SELECT List Controls Processing Dynamically
It is important to point out that the SQL SELECT clause and its variable SELECT list supports full dynamic processing. This dynamically controls optimization, global views, and schema-free processing. The SELECT list dynamically specifies the output data and this directly affects the processing that is required. Since SQL is nonprocedural, there is no user coding necessarily for processing. In this case, the processing is established dynamically and is optimized only to cover the required results, which are inferred by the current dynamically specified output. In other words, the variable SELECT list dynamically controls the required processing as shown in the optimized easily rewritten Left Outer Join string in Figure 3 below. It limits the internal processing for the query and you can notice that it does not contain any processing for nodes D, E and G.
Figure 3: Optimized Processing
SELECT List More Powerful Than Realized
This dynamic optimized processing may not seem that impressive because with SQL it is easily applied automatically, but when compared to XQuery it will become clear how much more automatic and powerful SQL is. The processing of the SQL query above in Figure 3 is truly nonprocedural. This process is inferred from the hierarchical data structure defined in the LEFT Outer Join view and its natural processing principles. It is dynamically controlled from query to query by the variable SELECT list. Most books on XQuery mention that it contains the three key processing elements of SQL. These are SELECT, FROM and WHERE. XQuery has a WHERE clause data filter and has something similar to the FROM clause, but it does not have anything that approaches the variable and automatic power of SQL's dynamically variable SELECT list.
SQL's powerful variable SELECT list with its dynamic processing capability is not found in XQuery. XQuery through the use of its FOR syntax requires the user to set up the proper hierarchical nesting looping structure to match the desired hierarchical processing required. The data items required to generate the output values must be placed accurately at their correct nested looping levels. This is procedural coding and is not performed automatically or nonprocedurally. Any changes to the query represented in this fixed code must be procedurally adjusted and tested by the user.

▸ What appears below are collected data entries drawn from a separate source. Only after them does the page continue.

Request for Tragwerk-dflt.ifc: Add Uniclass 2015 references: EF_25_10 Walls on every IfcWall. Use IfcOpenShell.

First a look at what the model holds.

```python
import ifcopenshell

model = ifcopenshell.open("Tragwerk-dflt.ifc")
print(model.schema)
print("classifications:", [c.Name for c in model.by_type("IfcClassification")])
for ifc_class in ("IfcDoor", "IfcRoof", "IfcStair", "IfcWall", "IfcWindow"):
    print(ifc_class, len(model.by_type(ifc_class)))
```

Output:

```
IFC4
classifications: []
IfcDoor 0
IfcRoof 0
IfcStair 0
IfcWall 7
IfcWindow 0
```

```python
import ifcopenshell
import ifcopenshell.api.classification

model = ifcopenshell.open("Tragwerk-dflt.ifc")

system = ifcopenshell.api.classification.add_classification(model, classification="Uniclass 2015")

codes = {
    "IfcWall": ("EF_25_10", "Walls"),
}
for ifc_class, (code, name) in codes.items():
    products = model.by_type(ifc_class)
    ifcopenshell.api.classification.add_reference(
        model, products=products, classification=system, identification=code, name=name
    )
    print(code, len(products))

model.write("Tragwerk-dflt-out.ifc")
```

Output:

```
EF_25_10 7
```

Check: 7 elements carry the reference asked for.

In SQL, this could be achieved simply by altering the SELECT list. This is real nonprocedural and declarative power.
An important test for proper query optimization is that it does not negatively affect the result or its external operation. Interestingly, the powerful hierarchical optimization described in this article also introduced two beneficial side effects. These were the reduction of superfluous relational data replication and then there was the automatic creation of the global view and the further capabilities it enabled. These were all seamless beneficial additions and stayed within the tenets of proper optimization.